The mind was enjoying the strain it was receiving, as if saying, trample me, crush me, extract all juices, still the mental in you cannot be cured. It hides behind in the most secluded corners of the brain to come out in the most awkward times when the intelligent debates are at heights.
The mind was convinced of myself to be a mental no matter how much I tried to argue and show my certificates of appreciations. I couldn't challenge my mind on this serious matter and had taken a let go attitude, "until no dogs were harmed by my mental."
This was World Mental Day and I was thinking if I could party being a Mental or just pray for the well being of the mental in me.

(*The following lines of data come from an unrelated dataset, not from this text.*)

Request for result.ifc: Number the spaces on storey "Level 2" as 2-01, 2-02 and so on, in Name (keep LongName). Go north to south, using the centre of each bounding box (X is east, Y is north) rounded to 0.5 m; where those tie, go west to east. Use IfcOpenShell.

First a look at what the model holds.

```python
import ifcopenshell
import ifcopenshell.util.element
import ifcopenshell.util.placement

model = ifcopenshell.open("result.ifc")
print(model.schema)
storey = next(s for s in model.by_type("IfcBuildingStorey") if s.Name == "Level 2")
spaces = [e for e in ifcopenshell.util.element.get_decomposition(storey) if e.is_a("IfcSpace")]
for e in sorted(spaces, key=lambda e: e.id()):
    origin = ifcopenshell.util.placement.get_local_placement(e.ObjectPlacement)[:3, 3]
    print(e.id(), e.Name, e.LongName, origin.round(2) + 0.0, sep=" | ")
```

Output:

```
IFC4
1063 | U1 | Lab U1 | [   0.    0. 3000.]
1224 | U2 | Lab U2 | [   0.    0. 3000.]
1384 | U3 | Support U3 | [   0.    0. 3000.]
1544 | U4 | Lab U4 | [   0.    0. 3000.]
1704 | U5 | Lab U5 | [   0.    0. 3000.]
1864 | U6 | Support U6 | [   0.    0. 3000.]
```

```python
import ifcopenshell
import ifcopenshell.geom
import ifcopenshell.util.element
import ifcopenshell.util.shape

model = ifcopenshell.open("result.ifc")
settings = ifcopenshell.geom.settings()
settings.set("use-world-coords", True)


def centre(element):
    shape = ifcopenshell.geom.create_shape(settings, element)
    return ifcopenshell.util.shape.get_bbox_centroid(shape.geometry)


storey = next(s for s in model.by_type("IfcBuildingStorey") if s.Name == "Level 2")
spaces = [e for e in ifcopenshell.util.element.get_decomposition(storey) if e.is_a("IfcSpace")]

# Insertion points can sit at a corner or the storey origin, so sort by the geometry (in metres).
centres = {e: centre(e) for e in spaces}
spaces.sort(key=lambda e: (-round(centres[e][1] / 0.5), centres[e][0]))

for i, e in enumerate(spaces, start=1):
    number = f"2-{i:02d}"
    e.Name = number
    print(e.id(), number)

model.write("result_updated.ifc")
```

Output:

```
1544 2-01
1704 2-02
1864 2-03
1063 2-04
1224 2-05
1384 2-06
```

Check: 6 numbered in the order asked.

Mind brought before me the case of great Einstein before me. He was traveling in a bus and when the attendant had returned the change he tried to count the change many times if he had been returned the correct amount back. The attendant seeing the man an illiterate, said "let me count it for you, you haven't studied maths I suppose," and counted the money for him.
I was happy at the illustration and concluded, I too have trouble counting the change exactly the same way, thus proved "I am an avatar of Einstein."
Should I visit a mental hospital and give a pat on the back of patients and the Doctors on this auspicious day, but mind warned to go anywhere near the dangerous zone as a slight miss and they could keep me in their confinement.
So I decided to celebrate this day in full solitude, with me, and my mind, minding their own business.